- **Task description**:
Run through the data and copy out every line that mentions the word "IFCSIUNIT".

Records from a collection
* * * *
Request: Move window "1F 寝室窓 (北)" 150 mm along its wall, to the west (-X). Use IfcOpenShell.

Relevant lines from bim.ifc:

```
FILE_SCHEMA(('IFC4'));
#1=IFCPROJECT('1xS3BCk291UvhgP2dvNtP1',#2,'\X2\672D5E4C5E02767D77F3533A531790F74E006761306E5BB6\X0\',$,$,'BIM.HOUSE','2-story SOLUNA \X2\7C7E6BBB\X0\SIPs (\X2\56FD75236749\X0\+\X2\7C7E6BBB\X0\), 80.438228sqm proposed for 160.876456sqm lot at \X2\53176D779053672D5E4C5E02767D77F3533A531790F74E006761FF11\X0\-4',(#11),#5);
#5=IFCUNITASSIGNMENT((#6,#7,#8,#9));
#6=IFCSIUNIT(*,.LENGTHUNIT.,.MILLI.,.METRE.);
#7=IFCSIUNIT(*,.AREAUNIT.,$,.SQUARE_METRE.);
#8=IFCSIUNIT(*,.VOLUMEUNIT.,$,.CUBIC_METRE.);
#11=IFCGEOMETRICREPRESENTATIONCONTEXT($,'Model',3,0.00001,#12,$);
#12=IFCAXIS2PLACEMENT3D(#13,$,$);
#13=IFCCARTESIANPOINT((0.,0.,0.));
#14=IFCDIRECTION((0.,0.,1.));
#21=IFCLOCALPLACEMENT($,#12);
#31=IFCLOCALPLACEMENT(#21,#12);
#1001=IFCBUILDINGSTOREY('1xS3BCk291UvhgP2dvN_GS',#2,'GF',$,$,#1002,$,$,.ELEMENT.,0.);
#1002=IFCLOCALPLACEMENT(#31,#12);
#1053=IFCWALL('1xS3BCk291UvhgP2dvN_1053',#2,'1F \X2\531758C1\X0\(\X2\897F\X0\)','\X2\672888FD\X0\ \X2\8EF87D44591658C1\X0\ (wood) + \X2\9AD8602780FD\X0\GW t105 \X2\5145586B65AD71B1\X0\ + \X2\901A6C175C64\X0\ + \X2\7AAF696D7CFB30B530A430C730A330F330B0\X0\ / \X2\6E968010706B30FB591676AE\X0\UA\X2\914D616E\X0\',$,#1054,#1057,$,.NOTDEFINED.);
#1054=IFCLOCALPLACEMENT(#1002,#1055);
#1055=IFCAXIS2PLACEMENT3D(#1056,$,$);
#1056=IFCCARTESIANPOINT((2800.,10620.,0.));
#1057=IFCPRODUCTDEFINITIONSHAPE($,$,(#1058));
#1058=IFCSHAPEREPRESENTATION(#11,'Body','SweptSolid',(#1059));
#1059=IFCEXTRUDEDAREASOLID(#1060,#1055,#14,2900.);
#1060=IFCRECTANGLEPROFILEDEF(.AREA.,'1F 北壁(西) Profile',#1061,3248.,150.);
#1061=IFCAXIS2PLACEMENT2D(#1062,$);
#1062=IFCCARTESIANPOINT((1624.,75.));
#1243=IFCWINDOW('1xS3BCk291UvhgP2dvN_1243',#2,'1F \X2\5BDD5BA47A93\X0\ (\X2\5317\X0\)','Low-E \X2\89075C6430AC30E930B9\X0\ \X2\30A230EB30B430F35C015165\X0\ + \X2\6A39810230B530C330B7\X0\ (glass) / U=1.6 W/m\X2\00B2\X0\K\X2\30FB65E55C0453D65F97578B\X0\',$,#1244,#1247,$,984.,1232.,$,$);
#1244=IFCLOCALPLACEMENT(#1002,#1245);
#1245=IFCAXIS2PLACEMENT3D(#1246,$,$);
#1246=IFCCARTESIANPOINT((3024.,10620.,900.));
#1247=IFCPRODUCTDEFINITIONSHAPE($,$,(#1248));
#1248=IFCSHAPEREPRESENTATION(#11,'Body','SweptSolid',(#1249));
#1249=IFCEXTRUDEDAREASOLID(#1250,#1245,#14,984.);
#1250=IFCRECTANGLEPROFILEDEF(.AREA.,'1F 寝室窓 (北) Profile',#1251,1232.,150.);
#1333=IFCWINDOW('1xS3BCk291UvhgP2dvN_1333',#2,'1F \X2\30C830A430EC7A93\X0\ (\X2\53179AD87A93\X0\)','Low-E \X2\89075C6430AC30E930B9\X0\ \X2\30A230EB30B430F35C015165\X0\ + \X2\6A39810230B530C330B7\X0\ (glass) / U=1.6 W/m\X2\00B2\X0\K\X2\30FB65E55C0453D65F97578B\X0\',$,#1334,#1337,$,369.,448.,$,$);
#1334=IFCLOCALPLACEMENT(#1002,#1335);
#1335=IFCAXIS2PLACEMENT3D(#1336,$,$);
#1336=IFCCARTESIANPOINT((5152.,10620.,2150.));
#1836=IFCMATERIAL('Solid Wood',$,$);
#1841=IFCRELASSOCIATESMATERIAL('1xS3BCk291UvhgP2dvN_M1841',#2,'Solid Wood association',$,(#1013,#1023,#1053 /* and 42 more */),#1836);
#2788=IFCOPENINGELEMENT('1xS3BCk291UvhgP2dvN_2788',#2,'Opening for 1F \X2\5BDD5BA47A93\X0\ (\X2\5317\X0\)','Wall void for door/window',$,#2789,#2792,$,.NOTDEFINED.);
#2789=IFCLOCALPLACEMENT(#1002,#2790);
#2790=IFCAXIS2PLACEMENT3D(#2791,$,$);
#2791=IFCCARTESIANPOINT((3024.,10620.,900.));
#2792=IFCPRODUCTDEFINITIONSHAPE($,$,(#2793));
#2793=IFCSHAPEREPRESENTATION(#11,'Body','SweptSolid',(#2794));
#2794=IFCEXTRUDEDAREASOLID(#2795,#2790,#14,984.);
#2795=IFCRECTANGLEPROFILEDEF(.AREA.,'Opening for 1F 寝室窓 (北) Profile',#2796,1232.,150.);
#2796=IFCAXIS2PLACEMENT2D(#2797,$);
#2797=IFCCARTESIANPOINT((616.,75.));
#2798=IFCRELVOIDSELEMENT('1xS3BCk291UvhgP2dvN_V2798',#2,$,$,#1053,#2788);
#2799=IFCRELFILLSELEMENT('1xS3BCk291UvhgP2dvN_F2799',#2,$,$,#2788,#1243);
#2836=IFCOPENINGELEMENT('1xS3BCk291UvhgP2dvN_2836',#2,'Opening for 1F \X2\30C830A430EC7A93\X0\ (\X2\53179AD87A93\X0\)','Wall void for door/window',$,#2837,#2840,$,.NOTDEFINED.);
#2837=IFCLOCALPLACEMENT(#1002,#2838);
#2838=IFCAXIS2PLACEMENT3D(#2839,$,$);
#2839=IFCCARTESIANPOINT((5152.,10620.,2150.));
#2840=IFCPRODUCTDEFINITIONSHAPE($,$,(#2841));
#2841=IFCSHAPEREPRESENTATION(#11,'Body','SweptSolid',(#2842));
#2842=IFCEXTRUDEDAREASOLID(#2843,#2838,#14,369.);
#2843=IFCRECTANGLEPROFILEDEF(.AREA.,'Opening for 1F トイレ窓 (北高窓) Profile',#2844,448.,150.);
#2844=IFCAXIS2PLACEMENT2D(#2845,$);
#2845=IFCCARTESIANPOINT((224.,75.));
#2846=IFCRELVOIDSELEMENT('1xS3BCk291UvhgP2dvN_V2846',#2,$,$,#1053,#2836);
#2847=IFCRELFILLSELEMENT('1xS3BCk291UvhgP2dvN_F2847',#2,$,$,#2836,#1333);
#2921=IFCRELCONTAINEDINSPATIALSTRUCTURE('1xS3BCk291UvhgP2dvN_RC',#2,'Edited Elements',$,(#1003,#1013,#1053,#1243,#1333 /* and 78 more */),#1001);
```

```python
import ifcopenshell
import ifcopenshell.api.geometry
import ifcopenshell.util.placement
import ifcopenshell.util.unit

model = ifcopenshell.open("bim.ifc")
unit_scale = ifcopenshell.util.unit.calculate_unit_scale(model)

window = model.by_guid("1xS3BCk291UvhgP2dvN_1243")
opening = window.FillsVoids[0].RelatingOpeningElement
wall = opening.VoidsElements[0].RelatingBuildingElement

wall_matrix = ifcopenshell.util.placement.get_local_placement(wall.ObjectPlacement)
shift = wall_matrix[:3, 0] * -0.15 / unit_scale
before = ifcopenshell.util.placement.get_local_placement(window.ObjectPlacement)[:3, 3].copy()

# The window is not placed relative to its opening, so move both.
for product in (opening, window):
    matrix = ifcopenshell.util.placement.get_local_placement(product.ObjectPlacement)
    matrix[:3, 3] += shift
    ifcopenshell.api.geometry.edit_object_placement(model, product=product, matrix=matrix, is_si=False)

after = ifcopenshell.util.placement.get_local_placement(window.ObjectPlacement)[:3, 3]
print("window moved by", (after - before).round(3) + 0.0)

model.write("bim_rev.ifc")
```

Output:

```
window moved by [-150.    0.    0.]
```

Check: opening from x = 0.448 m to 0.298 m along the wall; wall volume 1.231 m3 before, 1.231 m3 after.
* * * *
- **Answer to this task**:
#6=IFCSIUNIT(*,.LENGTHUNIT.,.MILLI.,.METRE.);
#7=IFCSIUNIT(*,.AREAUNIT.,$,.SQUARE_METRE.);
#8=IFCSIUNIT(*,.VOLUMEUNIT.,$,.CUBIC_METRE.);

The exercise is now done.